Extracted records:
━━━━

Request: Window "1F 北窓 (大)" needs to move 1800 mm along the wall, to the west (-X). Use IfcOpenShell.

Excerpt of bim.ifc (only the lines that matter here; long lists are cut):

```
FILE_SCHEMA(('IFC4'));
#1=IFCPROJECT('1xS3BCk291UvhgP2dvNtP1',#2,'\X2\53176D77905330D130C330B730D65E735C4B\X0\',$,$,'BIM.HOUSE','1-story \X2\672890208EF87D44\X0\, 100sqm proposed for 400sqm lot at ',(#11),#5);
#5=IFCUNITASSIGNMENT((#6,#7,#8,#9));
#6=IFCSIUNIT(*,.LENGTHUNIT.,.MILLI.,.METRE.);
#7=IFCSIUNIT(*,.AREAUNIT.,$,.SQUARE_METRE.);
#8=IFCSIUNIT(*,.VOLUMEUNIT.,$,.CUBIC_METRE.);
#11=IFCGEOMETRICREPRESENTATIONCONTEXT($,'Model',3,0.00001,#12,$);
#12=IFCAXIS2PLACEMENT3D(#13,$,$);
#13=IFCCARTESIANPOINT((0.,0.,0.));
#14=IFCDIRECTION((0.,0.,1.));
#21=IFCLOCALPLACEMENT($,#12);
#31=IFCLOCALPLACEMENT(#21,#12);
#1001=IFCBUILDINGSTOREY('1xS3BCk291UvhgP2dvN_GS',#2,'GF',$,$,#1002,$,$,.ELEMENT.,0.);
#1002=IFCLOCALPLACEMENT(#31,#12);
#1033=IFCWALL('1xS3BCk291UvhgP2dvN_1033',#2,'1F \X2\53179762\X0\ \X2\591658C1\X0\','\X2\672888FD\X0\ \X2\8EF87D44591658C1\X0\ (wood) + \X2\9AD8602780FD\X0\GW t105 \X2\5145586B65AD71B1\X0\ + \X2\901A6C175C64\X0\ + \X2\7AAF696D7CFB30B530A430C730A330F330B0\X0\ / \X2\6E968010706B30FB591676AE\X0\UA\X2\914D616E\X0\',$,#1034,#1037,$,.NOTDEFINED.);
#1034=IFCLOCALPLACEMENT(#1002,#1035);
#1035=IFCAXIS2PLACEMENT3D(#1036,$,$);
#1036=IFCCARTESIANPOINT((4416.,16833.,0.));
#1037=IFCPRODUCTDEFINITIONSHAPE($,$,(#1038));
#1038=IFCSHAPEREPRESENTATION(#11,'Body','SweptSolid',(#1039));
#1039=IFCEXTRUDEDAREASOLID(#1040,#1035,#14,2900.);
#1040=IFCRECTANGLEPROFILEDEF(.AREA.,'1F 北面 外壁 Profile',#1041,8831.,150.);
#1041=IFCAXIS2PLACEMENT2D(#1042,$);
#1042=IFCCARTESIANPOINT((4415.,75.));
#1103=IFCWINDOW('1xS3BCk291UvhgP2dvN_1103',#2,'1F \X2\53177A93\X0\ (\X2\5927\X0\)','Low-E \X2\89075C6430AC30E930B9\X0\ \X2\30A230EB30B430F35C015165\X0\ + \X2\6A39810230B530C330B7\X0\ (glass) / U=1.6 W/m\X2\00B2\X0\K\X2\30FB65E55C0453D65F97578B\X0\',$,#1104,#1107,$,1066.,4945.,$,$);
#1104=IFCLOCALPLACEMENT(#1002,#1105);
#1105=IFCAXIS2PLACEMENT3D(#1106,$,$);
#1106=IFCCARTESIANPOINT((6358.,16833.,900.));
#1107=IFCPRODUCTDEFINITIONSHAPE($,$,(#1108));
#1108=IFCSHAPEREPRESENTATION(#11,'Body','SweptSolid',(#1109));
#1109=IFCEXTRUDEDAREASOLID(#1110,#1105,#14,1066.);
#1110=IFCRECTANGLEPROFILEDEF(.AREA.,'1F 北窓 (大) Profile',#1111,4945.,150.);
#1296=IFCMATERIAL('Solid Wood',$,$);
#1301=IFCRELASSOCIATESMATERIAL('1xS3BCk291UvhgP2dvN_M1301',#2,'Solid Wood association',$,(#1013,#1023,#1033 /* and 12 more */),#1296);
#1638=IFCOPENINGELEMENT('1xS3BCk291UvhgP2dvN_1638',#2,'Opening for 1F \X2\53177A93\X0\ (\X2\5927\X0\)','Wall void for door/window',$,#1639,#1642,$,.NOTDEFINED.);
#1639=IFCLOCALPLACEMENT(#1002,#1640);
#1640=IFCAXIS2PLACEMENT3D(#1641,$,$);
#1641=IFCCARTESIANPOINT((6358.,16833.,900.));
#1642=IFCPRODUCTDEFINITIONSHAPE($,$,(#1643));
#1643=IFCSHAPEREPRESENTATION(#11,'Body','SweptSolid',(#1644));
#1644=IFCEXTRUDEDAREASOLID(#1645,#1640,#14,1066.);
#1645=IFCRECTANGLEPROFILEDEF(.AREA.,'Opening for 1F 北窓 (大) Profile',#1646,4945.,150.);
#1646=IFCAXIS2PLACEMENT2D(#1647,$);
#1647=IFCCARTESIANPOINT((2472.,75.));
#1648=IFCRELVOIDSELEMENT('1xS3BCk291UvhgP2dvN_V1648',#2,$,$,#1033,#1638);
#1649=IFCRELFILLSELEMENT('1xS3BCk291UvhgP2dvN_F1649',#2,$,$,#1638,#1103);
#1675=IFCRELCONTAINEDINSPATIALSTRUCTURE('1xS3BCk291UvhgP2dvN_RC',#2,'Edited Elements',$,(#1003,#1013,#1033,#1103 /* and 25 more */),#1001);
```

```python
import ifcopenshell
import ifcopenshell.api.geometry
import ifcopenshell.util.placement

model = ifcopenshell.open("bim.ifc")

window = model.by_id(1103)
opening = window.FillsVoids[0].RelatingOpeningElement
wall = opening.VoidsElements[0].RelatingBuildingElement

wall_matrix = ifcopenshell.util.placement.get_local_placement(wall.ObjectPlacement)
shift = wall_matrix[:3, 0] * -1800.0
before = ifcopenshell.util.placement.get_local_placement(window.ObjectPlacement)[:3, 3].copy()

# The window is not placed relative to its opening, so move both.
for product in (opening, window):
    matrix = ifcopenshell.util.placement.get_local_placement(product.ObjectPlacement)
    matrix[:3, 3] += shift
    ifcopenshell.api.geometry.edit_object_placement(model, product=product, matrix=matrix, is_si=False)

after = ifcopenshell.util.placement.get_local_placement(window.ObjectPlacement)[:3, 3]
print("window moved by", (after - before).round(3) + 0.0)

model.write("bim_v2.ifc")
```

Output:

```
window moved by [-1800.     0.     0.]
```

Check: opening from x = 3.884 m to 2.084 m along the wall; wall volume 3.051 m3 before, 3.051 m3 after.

━━━━

◆ About this exercise
Scan the lines above for the word "IFCCARTESIANPOINT". Return each one that has it.

◆ Solution for this problem
#13=IFCCARTESIANPOINT((0.,0.,0.));
#1036=IFCCARTESIANPOINT((4416.,16833.,0.));
#1042=IFCCARTESIANPOINT((4415.,75.));
#1106=IFCCARTESIANPOINT((6358.,16833.,900.));
#1641=IFCCARTESIANPOINT((6358.,16833.,900.));
#1647=IFCCARTESIANPOINT((2472.,75.));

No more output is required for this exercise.